- [About this exercise] Within the entries below, how many lines carry the word "Branco"? State the number and stop.

++++ Source material

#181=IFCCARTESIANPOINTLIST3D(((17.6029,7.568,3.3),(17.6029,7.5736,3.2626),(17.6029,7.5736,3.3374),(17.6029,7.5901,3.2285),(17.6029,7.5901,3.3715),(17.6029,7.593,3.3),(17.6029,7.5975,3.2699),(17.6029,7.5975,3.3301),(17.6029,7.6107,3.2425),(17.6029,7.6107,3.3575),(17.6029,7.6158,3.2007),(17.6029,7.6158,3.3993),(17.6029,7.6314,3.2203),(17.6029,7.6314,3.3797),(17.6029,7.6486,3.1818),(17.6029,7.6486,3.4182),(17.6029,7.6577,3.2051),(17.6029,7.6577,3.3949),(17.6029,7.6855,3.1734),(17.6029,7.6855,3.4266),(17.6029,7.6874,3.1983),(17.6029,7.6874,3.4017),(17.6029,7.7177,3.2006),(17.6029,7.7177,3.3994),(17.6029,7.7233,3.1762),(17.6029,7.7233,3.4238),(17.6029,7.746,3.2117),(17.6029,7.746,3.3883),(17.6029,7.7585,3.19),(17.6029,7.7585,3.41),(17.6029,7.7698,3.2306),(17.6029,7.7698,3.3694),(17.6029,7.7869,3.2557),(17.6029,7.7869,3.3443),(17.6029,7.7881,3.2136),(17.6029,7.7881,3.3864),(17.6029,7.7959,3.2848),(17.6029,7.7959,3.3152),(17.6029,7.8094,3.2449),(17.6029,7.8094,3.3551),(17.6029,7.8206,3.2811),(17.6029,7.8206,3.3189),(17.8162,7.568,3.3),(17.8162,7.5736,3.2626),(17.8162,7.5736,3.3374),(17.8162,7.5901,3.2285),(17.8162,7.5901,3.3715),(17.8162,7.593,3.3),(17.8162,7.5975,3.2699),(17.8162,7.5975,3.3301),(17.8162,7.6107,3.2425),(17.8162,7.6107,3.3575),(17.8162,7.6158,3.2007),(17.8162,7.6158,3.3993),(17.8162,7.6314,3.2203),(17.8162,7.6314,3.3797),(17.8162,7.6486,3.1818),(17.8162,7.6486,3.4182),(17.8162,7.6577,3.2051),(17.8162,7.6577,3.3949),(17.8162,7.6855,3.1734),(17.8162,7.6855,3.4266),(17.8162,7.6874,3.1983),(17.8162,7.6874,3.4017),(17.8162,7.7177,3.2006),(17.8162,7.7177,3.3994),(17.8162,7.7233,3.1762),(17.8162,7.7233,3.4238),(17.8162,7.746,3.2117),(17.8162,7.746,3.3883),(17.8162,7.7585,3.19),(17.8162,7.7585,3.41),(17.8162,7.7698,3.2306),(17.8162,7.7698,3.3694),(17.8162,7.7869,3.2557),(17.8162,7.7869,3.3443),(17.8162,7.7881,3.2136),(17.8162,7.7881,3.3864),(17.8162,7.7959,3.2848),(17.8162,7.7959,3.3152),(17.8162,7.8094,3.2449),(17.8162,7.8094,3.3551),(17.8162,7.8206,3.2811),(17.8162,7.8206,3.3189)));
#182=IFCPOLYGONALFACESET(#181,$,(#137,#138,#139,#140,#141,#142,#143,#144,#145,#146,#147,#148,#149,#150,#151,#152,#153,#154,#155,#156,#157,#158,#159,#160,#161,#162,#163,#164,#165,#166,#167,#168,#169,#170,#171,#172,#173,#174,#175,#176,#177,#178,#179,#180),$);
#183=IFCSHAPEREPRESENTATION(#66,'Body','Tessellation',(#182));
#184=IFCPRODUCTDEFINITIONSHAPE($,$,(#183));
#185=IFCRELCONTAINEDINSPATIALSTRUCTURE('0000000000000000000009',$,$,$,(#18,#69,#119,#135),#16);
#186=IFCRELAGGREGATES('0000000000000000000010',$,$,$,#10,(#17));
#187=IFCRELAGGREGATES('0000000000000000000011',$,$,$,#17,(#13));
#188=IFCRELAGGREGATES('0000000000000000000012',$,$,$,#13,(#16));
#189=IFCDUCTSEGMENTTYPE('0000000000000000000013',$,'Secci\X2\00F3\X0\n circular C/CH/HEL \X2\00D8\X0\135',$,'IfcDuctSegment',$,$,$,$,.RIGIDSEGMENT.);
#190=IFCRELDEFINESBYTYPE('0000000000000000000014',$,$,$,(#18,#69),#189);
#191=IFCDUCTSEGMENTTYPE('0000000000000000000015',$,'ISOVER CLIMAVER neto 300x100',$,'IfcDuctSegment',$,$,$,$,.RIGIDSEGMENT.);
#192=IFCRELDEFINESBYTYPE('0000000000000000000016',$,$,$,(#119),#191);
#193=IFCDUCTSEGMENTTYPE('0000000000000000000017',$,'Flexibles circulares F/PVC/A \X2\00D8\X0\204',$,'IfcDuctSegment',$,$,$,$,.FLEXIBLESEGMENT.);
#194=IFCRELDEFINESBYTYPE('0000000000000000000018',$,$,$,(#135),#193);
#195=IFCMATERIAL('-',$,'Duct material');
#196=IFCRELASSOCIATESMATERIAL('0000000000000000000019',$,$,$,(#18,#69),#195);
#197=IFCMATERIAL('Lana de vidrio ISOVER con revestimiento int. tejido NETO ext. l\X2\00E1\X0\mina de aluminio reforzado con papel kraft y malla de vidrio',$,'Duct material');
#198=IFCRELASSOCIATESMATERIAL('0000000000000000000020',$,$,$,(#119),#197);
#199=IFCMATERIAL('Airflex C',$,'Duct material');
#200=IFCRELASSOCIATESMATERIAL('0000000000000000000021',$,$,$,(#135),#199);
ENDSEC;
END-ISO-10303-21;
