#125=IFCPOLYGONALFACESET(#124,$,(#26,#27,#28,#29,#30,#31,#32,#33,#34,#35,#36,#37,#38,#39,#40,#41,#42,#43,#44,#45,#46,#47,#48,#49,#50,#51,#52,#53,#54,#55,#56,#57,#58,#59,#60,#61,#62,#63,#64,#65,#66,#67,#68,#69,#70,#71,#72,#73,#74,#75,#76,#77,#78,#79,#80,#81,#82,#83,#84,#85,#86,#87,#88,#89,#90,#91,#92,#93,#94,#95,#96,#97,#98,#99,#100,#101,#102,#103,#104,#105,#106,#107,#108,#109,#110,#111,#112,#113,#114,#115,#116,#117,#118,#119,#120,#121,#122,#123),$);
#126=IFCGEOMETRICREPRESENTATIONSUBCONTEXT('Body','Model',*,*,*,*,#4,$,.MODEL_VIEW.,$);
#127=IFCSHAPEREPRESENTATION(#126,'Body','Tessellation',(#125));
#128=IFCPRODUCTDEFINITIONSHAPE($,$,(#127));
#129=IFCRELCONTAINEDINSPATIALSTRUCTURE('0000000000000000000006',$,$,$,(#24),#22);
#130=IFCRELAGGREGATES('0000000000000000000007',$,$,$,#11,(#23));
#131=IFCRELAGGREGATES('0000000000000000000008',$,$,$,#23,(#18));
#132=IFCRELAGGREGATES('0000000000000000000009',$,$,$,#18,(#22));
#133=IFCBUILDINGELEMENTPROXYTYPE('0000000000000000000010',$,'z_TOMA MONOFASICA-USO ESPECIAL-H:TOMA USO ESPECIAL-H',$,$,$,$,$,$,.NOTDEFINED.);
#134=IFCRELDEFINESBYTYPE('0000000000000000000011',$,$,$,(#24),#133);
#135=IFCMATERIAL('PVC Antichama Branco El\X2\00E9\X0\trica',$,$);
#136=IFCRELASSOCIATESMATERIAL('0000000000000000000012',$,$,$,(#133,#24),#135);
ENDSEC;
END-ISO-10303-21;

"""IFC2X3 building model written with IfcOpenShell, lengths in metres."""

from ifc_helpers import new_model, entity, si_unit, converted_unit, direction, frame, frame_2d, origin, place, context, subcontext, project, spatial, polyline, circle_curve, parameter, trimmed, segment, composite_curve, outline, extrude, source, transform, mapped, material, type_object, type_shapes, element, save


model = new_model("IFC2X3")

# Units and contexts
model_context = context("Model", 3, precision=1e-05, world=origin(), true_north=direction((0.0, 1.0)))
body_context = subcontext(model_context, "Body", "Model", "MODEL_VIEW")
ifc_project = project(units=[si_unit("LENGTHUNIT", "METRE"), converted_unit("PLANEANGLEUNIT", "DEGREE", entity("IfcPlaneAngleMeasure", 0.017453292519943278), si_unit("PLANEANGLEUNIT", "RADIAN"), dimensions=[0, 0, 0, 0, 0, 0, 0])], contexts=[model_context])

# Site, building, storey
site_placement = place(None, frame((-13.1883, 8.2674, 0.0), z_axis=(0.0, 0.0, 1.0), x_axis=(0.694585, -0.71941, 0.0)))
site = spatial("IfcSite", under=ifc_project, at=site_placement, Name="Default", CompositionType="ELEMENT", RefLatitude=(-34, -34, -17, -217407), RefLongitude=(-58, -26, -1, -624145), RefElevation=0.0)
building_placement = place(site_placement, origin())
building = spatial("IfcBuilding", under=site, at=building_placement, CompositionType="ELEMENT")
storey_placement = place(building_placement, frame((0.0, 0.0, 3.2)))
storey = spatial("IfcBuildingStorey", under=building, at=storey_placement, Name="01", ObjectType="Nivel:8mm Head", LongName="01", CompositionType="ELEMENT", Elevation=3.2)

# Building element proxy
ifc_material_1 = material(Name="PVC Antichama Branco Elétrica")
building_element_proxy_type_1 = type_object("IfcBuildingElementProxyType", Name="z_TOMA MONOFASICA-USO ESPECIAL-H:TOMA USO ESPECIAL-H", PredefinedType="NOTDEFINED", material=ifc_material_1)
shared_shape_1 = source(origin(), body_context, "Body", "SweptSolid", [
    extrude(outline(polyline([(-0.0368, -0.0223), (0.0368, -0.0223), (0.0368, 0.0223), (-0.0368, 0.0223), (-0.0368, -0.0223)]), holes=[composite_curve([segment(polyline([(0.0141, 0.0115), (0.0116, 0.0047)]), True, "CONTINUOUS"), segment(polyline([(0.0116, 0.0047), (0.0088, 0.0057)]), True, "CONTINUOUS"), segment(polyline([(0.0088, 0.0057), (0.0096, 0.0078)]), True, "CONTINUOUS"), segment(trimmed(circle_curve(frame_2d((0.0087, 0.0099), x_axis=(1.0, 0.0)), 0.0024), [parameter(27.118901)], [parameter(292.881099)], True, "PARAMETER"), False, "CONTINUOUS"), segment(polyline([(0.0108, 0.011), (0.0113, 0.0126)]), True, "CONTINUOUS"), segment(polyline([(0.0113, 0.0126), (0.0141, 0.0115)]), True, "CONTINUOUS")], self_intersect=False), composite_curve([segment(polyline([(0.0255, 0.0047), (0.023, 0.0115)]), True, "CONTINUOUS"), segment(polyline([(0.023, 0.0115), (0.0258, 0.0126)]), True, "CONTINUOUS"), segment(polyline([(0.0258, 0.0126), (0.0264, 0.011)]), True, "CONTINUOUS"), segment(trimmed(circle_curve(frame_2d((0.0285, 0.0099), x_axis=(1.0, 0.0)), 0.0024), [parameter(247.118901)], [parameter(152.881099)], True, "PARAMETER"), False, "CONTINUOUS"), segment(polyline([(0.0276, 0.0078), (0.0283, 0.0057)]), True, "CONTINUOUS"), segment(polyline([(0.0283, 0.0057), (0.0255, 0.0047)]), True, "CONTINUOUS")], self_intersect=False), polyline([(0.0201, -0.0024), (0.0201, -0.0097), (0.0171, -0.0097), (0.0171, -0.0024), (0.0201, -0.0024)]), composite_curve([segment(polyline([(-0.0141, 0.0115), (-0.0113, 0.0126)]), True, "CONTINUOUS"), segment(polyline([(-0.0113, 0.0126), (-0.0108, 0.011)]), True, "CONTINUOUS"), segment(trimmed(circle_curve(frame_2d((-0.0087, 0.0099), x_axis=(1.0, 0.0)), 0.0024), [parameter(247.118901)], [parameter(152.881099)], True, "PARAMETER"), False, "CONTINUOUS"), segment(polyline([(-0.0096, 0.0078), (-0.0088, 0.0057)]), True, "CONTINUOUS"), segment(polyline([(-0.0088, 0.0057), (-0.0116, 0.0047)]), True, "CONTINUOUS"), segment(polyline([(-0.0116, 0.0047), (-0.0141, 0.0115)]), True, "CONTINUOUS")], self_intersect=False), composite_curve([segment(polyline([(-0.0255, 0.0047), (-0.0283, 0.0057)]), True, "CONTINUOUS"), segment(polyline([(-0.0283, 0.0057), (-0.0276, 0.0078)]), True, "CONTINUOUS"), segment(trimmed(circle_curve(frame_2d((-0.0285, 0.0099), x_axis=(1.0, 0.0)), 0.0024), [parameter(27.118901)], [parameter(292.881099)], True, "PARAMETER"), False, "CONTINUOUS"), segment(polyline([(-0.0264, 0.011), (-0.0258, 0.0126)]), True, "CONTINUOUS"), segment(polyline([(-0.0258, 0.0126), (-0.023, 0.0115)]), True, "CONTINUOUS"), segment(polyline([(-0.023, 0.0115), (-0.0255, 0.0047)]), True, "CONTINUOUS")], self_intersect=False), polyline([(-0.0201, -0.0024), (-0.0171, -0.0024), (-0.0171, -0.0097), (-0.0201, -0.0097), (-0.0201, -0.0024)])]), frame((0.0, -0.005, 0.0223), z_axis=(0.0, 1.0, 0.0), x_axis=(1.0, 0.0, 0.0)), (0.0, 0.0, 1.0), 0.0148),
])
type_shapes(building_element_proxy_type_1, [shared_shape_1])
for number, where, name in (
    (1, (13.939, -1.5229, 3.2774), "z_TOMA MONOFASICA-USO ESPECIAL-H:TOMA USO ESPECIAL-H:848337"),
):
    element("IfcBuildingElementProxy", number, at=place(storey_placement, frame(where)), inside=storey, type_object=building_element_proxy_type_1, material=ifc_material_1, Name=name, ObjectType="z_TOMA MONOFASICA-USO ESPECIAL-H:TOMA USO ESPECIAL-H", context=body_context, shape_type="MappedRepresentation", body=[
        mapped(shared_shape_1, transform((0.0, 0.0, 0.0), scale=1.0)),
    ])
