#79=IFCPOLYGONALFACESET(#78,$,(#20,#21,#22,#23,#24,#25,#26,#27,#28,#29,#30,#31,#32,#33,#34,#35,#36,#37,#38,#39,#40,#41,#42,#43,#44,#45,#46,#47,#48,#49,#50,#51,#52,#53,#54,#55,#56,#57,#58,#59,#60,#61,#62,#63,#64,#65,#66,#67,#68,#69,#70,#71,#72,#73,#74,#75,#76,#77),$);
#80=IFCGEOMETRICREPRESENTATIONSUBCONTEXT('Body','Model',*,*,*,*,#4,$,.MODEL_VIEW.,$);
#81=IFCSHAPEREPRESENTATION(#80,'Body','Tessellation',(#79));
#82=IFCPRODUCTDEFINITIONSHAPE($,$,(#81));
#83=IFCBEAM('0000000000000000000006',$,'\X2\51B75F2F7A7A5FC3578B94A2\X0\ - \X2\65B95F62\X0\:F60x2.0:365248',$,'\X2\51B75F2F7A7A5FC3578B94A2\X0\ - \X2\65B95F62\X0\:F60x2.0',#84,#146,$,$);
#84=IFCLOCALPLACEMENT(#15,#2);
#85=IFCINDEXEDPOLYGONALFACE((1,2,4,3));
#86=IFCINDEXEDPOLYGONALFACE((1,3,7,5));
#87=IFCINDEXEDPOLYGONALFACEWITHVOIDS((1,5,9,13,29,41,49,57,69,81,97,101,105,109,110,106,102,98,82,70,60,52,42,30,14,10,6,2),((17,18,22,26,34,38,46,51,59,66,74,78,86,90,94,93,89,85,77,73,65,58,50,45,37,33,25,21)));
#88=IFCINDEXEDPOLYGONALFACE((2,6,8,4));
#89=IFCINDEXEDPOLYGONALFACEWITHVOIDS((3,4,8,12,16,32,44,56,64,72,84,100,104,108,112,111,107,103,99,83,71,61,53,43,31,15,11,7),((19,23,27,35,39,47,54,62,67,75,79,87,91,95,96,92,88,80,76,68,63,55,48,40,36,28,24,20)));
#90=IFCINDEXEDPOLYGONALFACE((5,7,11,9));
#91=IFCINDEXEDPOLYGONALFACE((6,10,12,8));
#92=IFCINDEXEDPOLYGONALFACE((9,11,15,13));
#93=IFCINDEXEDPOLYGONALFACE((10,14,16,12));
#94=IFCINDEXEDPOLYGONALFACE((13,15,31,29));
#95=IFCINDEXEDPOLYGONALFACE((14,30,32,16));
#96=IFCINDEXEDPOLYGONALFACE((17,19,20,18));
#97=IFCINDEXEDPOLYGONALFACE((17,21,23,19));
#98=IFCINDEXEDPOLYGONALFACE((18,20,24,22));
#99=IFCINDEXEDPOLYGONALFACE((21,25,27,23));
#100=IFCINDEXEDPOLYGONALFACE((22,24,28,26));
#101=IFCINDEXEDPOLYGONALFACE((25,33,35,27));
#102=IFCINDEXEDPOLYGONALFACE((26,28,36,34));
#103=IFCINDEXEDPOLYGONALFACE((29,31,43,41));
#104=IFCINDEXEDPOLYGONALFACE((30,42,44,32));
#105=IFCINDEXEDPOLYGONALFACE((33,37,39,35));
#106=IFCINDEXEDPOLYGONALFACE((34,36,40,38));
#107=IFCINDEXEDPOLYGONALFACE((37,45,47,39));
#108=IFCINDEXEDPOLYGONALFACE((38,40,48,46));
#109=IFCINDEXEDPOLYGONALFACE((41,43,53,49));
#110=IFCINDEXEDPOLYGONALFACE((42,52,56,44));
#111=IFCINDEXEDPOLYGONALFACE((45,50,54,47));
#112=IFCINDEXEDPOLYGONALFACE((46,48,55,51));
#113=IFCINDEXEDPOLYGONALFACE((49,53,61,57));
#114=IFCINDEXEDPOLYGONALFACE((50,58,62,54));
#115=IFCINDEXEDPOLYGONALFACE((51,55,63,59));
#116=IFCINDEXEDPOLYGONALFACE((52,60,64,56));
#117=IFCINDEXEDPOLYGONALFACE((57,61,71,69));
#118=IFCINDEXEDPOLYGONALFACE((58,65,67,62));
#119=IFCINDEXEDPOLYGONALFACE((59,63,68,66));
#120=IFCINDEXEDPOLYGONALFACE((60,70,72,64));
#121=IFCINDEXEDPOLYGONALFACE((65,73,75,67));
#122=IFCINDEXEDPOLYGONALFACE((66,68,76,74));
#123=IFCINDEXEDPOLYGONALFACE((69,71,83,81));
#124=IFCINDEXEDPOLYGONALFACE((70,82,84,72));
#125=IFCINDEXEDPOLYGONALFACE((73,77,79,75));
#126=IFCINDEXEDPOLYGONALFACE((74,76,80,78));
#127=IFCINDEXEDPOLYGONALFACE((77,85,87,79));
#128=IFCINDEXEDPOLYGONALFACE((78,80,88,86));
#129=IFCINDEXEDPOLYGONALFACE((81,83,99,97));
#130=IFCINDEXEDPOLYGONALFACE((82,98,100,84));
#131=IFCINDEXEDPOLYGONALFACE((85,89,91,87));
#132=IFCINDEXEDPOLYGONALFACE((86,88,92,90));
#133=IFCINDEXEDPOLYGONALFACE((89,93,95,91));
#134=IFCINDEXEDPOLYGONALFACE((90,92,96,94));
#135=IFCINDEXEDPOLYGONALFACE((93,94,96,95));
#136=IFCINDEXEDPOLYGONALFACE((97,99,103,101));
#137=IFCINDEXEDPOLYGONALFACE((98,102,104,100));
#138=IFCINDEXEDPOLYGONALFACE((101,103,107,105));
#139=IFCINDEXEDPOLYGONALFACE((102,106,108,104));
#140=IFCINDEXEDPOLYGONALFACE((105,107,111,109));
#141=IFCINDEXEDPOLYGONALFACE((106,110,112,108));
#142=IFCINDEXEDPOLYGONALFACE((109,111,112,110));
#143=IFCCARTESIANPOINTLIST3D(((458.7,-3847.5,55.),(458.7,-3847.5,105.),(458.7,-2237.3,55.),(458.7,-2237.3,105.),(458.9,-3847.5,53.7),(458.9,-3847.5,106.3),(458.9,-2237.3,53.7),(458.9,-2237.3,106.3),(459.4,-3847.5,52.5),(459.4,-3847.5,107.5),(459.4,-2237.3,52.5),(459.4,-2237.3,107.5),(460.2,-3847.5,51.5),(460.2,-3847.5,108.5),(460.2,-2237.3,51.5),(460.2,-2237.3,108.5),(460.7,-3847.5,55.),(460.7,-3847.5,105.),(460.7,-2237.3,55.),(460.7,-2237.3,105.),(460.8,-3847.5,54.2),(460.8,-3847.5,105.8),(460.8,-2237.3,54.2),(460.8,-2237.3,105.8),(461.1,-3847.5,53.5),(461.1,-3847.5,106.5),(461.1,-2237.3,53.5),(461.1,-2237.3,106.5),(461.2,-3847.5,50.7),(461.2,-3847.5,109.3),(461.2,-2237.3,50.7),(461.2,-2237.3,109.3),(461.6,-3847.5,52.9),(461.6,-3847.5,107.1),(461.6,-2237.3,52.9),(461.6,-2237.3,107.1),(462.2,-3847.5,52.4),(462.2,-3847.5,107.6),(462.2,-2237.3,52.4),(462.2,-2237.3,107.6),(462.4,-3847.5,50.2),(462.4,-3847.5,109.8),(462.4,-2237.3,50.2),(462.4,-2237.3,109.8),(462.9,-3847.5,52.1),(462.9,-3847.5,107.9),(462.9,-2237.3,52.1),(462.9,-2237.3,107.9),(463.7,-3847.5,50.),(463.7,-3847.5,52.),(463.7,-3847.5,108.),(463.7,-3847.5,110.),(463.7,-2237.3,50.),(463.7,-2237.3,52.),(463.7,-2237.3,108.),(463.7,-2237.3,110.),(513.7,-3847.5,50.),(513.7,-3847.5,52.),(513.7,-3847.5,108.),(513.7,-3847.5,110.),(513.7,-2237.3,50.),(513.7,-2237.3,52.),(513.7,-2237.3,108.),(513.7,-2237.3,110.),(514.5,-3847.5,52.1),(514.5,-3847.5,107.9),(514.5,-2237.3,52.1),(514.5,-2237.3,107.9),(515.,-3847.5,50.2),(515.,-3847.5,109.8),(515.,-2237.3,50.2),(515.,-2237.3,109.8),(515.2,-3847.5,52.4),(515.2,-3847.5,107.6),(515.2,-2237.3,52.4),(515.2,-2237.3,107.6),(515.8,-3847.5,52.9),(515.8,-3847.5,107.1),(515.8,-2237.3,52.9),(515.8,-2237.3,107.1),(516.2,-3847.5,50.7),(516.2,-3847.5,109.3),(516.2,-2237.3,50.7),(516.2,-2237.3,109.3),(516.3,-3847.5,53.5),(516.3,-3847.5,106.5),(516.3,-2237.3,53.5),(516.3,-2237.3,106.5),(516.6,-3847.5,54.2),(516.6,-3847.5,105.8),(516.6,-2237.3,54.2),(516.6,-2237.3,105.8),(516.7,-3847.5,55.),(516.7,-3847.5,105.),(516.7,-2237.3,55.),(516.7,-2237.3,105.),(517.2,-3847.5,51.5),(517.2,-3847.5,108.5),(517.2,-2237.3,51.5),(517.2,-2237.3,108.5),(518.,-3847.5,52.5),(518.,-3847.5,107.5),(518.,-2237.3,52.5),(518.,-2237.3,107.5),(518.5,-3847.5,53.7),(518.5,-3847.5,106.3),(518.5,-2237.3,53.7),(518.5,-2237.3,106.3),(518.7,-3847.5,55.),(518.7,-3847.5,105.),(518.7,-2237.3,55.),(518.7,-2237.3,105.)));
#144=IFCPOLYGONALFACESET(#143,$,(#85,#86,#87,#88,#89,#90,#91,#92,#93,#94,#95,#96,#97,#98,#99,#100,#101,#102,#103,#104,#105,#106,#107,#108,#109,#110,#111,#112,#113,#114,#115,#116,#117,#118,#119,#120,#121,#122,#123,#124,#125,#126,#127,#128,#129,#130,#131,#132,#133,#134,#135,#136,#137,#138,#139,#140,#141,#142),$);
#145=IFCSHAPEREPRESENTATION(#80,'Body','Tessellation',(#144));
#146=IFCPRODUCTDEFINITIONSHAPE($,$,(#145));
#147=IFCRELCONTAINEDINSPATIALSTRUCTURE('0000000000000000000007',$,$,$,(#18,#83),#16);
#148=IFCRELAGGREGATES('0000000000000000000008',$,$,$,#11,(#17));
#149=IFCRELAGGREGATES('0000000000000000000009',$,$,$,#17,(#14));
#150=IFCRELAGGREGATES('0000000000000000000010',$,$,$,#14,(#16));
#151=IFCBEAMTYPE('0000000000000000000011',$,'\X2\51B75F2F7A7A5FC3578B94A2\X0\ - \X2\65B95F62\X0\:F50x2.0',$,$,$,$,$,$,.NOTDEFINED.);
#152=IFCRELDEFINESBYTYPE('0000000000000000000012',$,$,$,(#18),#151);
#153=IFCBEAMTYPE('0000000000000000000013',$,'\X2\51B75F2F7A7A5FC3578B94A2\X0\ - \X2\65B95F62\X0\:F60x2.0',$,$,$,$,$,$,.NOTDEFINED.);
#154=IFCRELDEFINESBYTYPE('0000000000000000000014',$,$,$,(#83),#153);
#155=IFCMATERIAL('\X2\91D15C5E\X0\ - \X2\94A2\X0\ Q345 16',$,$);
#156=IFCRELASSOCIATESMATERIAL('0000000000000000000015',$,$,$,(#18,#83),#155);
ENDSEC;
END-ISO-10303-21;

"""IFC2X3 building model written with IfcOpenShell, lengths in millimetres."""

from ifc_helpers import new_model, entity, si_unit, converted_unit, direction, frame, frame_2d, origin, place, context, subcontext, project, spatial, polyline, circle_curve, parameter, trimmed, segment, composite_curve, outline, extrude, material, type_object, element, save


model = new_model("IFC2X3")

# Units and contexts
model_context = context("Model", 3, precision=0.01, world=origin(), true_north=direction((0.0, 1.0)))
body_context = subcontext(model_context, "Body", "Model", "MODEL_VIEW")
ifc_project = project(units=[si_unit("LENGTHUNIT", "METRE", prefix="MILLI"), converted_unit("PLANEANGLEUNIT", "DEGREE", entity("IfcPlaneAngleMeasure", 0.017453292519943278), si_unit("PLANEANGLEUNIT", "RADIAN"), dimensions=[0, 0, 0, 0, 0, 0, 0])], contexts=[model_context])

++++++++

- [Answer for the task] 2